If unconscious biases are pervasive and insidious as many reports indicate, is there unconscious bias within the SOT by both its male and female members? Such studies, at the very least, remind us that all SOT members should be “conscious” of “unconscious gender bias” during their decision-making processes, such as reviewing award applications, inviting speakers, electing leaders, etc. Recognizing unconscious preconceptions can ensure that we all advocate for and nominate our most outstanding colleagues, independent of gender or any other factor not based on merit. Please do nominate your outstanding female and male colleagues for the various SOT Awards. This article is not meant to be a full critique and examination of the SOT awards. It is for igniting the conversation and recognizing that SOT should be aware of the issue that anyone can potentially fall into.

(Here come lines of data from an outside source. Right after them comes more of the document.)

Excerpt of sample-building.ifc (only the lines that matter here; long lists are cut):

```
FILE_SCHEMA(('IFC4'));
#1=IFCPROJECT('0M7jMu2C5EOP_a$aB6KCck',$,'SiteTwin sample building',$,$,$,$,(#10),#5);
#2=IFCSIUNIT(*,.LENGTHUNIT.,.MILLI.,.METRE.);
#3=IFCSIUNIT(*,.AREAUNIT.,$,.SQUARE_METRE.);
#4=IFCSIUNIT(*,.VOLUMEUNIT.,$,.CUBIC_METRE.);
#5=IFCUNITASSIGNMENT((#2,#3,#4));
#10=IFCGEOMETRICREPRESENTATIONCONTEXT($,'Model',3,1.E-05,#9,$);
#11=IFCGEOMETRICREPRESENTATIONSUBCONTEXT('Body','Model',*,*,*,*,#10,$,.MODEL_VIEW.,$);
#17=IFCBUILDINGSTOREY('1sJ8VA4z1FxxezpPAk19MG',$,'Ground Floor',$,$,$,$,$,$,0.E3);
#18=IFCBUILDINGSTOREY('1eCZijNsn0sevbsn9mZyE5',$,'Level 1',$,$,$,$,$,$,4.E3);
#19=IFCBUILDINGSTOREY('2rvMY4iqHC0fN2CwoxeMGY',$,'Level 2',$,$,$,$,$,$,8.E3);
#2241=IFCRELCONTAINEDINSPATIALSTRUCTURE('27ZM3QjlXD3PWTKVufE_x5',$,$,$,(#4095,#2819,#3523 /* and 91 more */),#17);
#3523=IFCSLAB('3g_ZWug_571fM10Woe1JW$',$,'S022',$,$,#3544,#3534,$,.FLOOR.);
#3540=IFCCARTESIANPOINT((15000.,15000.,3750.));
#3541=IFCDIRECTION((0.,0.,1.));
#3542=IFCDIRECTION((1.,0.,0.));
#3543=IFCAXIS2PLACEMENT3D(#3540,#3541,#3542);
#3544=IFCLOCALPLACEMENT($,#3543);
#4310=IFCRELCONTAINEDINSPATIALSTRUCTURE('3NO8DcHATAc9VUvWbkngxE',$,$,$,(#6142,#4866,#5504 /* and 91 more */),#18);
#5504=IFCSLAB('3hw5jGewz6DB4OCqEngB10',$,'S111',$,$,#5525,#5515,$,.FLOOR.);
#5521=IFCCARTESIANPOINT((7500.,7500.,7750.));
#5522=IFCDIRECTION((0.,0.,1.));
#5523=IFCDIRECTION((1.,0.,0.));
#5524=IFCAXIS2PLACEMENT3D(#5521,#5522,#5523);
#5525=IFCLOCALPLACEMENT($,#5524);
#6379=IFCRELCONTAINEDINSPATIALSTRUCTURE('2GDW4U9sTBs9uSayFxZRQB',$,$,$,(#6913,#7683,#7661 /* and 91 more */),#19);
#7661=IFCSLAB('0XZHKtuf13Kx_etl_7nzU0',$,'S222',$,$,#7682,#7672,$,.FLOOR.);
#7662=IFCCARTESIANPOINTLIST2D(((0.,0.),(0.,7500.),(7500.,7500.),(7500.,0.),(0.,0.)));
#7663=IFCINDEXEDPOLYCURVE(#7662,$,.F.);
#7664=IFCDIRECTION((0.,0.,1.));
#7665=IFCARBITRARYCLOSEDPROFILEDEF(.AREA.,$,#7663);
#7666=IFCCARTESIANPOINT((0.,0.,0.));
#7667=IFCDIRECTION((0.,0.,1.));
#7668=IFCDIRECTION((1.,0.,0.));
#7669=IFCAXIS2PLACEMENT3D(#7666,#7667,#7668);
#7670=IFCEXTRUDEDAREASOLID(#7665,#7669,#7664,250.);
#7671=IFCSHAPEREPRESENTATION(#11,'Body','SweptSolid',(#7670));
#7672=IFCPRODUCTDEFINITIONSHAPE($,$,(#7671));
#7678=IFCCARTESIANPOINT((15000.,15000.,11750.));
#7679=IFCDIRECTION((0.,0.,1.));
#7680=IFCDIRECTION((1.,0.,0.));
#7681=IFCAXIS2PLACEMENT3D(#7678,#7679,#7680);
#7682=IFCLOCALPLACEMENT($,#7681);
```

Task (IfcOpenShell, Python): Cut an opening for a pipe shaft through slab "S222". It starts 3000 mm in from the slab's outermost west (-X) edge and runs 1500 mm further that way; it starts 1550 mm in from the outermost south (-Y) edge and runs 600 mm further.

```python
import numpy as np
import ifcopenshell
import ifcopenshell.api.feature
import ifcopenshell.api.geometry
import ifcopenshell.api.root
import ifcopenshell.geom
import ifcopenshell.util.placement
import ifcopenshell.util.representation
import ifcopenshell.util.shape
import ifcopenshell.util.unit

model = ifcopenshell.open("sample-building.ifc")
unit_scale = ifcopenshell.util.unit.calculate_unit_scale(model)
settings = ifcopenshell.geom.settings()


def volume(element):
    """Net volume in cubic metres, openings subtracted."""
    shape = ifcopenshell.geom.create_shape(settings, element)
    return ifcopenshell.util.shape.get_volume(shape.geometry)


slab = model.by_guid("0XZHKtuf13Kx_etl_7nzU0")
before = volume(slab)

# Extent in the slab's own axes, in metres. The edges named are its -X and -Y sides.
slab_shape = ifcopenshell.geom.create_shape(settings, slab)
vertices = ifcopenshell.util.shape.get_vertices(slab_shape.geometry)
x_min, y_min, bottom = vertices.min(axis=0)
top = vertices[:, 2].max()

opening = ifcopenshell.api.root.create_entity(model, ifc_class="IfcOpeningElement", name="Pipe shaft opening", predefined_type="OPENING")
context = ifcopenshell.util.representation.get_context(model, "Model", "Body", "MODEL_VIEW")
width, depth = 1.5, 0.6
outline = [(0.0, 0.0), (width, 0.0), (width, depth), (0.0, depth), (0.0, 0.0)]
# Overshoot both faces by 50 mm so the cut is clean.
shape = ifcopenshell.api.geometry.add_slab_representation(
    model, context=context, depth=top - bottom + 0.1, polyline=outline
)
ifcopenshell.api.geometry.assign_representation(model, product=opening, representation=shape)

matrix = ifcopenshell.util.placement.get_local_placement(slab.ObjectPlacement)
matrix[:, 3] = matrix @ np.append(np.array([x_min + 3, y_min + 1.55, bottom - 0.05]) / unit_scale, 1.0)
ifcopenshell.api.geometry.edit_object_placement(model, product=opening, matrix=matrix, is_si=False)
ifcopenshell.api.feature.add_feature(model, feature=opening, element=slab)

after = volume(slab)

print(f"slab volume {before:.3f} -> {after:.3f} m3")

model.write("sample-building_edited.ifc")
```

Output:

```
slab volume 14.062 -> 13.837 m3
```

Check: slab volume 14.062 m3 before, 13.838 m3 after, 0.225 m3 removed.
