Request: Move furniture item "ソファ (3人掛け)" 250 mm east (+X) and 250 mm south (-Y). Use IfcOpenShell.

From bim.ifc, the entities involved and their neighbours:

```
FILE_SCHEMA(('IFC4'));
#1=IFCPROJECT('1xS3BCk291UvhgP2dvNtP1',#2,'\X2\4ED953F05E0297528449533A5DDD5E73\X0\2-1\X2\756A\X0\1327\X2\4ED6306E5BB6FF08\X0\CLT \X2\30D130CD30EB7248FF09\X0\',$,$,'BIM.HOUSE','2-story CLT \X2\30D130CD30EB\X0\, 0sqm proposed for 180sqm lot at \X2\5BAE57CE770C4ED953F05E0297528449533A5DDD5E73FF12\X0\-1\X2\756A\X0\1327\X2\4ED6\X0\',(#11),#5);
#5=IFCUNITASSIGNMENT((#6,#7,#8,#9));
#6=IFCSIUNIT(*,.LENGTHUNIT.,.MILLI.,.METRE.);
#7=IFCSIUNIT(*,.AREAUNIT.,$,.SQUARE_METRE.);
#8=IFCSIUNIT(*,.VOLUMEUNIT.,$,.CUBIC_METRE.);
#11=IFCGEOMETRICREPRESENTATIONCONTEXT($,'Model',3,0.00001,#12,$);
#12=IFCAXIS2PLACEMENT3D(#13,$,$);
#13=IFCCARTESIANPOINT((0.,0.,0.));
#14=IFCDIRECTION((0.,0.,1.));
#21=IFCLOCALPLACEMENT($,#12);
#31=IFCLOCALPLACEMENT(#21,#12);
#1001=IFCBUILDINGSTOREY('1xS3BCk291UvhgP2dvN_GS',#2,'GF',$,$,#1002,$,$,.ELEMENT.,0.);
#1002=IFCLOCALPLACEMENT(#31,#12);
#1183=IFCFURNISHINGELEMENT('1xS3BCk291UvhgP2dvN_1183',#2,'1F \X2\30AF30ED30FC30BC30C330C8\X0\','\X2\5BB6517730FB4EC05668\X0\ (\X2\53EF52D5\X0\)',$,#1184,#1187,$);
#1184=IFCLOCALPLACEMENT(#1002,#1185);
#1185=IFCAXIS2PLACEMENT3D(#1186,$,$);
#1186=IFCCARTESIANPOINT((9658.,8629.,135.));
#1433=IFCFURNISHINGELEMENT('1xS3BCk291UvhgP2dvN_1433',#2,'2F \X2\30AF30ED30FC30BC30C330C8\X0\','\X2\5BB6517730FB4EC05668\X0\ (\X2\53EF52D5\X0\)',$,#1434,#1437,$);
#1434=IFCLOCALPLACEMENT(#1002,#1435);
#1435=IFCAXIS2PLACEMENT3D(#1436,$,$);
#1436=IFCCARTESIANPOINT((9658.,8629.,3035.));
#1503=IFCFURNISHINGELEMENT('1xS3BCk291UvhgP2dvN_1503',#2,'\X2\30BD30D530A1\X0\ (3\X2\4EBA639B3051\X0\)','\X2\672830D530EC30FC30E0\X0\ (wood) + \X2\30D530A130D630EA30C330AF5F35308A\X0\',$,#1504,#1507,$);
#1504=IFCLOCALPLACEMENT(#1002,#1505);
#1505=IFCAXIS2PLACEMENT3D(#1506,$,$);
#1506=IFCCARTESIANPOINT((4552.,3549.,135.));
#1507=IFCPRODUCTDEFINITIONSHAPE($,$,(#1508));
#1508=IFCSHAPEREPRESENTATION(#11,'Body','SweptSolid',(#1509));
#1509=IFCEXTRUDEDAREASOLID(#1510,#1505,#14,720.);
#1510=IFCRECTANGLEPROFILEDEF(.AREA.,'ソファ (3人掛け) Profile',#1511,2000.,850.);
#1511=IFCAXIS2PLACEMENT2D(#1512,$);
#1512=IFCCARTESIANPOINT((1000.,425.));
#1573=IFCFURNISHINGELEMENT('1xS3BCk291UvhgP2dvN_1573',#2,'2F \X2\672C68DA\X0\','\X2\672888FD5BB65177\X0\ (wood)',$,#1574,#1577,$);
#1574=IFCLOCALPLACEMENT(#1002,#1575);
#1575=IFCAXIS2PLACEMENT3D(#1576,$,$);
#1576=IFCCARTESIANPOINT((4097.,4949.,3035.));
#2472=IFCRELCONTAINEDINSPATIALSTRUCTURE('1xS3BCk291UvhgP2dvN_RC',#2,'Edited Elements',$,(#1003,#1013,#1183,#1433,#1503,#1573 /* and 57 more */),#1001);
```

```python
import ifcopenshell
import ifcopenshell.api.geometry
import ifcopenshell.util.placement

model = ifcopenshell.open("bim.ifc")

item = model.by_guid("1xS3BCk291UvhgP2dvN_1503")
matrix = ifcopenshell.util.placement.get_local_placement(item.ObjectPlacement)
matrix[0, 3] += 250.0
matrix[1, 3] -= 250.0
ifcopenshell.api.geometry.edit_object_placement(model, product=item, matrix=matrix, is_si=False)

print(ifcopenshell.util.placement.get_local_placement(item.ObjectPlacement).round(3) + 0.0)

model.write("bim_rev.ifc")
```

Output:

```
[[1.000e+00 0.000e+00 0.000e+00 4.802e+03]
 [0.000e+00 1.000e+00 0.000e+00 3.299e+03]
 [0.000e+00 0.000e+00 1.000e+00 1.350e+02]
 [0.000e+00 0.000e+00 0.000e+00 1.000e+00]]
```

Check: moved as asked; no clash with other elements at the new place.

Still think that this does not apply to you?  Take the test of unconscious bias developed by researchers at Harvard University. You may be surprised what you learn about yourself!

 

Table 1.   Major SOT Awards (from inception through 2015): Male and Female Awardees

Male

Female

Achievement

39

8

Arnold J. Lehman

33

4

Distinguished Toxicology Scholar

16

0

Education

42

2

Merit

49

3


 Table 2. Number of Total Awardees and Female Awardees by Year*

 

Year

Total awardees

Female awardees

2000

7

1

2001

7

1

2002

6

1

2003

8

2

2004

6

0

2005

6

0

2006

6

1

2007

7

1

2008

6

1

2009

11

3

2010

12

1

2011

11

4

2012

10

2

2013

11

2

2014

11

0

2015

9

1

*Awards accounted for: Achievement, Lehman, Distinguished Toxicology Scholar, Education, Founders, Leading Edge in Basic Science, Merit, Public Communications, Translational Impact, Undergraduate Educator, Congressional Science Leadership, Enhancement of Animal Welfare

References

  1. Vedantam, S. The Hidden Brain: How Our Unconscious Minds Elect Presidents, Control Markets, Wage Wars, and Save Our Lives, New York: Random House Inc.
  2. LeDoux, J. The Emotional Brain: The Mysterious Underpinnings of Emotional Life, New York: Simon and Schuster
  3. Moss-Racusin, C.A., et al. Science faculty’s subtle gender biases favor male students. PNAS 109 (41): 16474–16479, 2012
  4. Lincoln, A.E., Pincus, S., and Leboy, P.S. The Matilda Effect in Science: Awards and Prizes in the US, 1990s and 2000s. Social Studies of Science 42 (2): 307-320, 2012.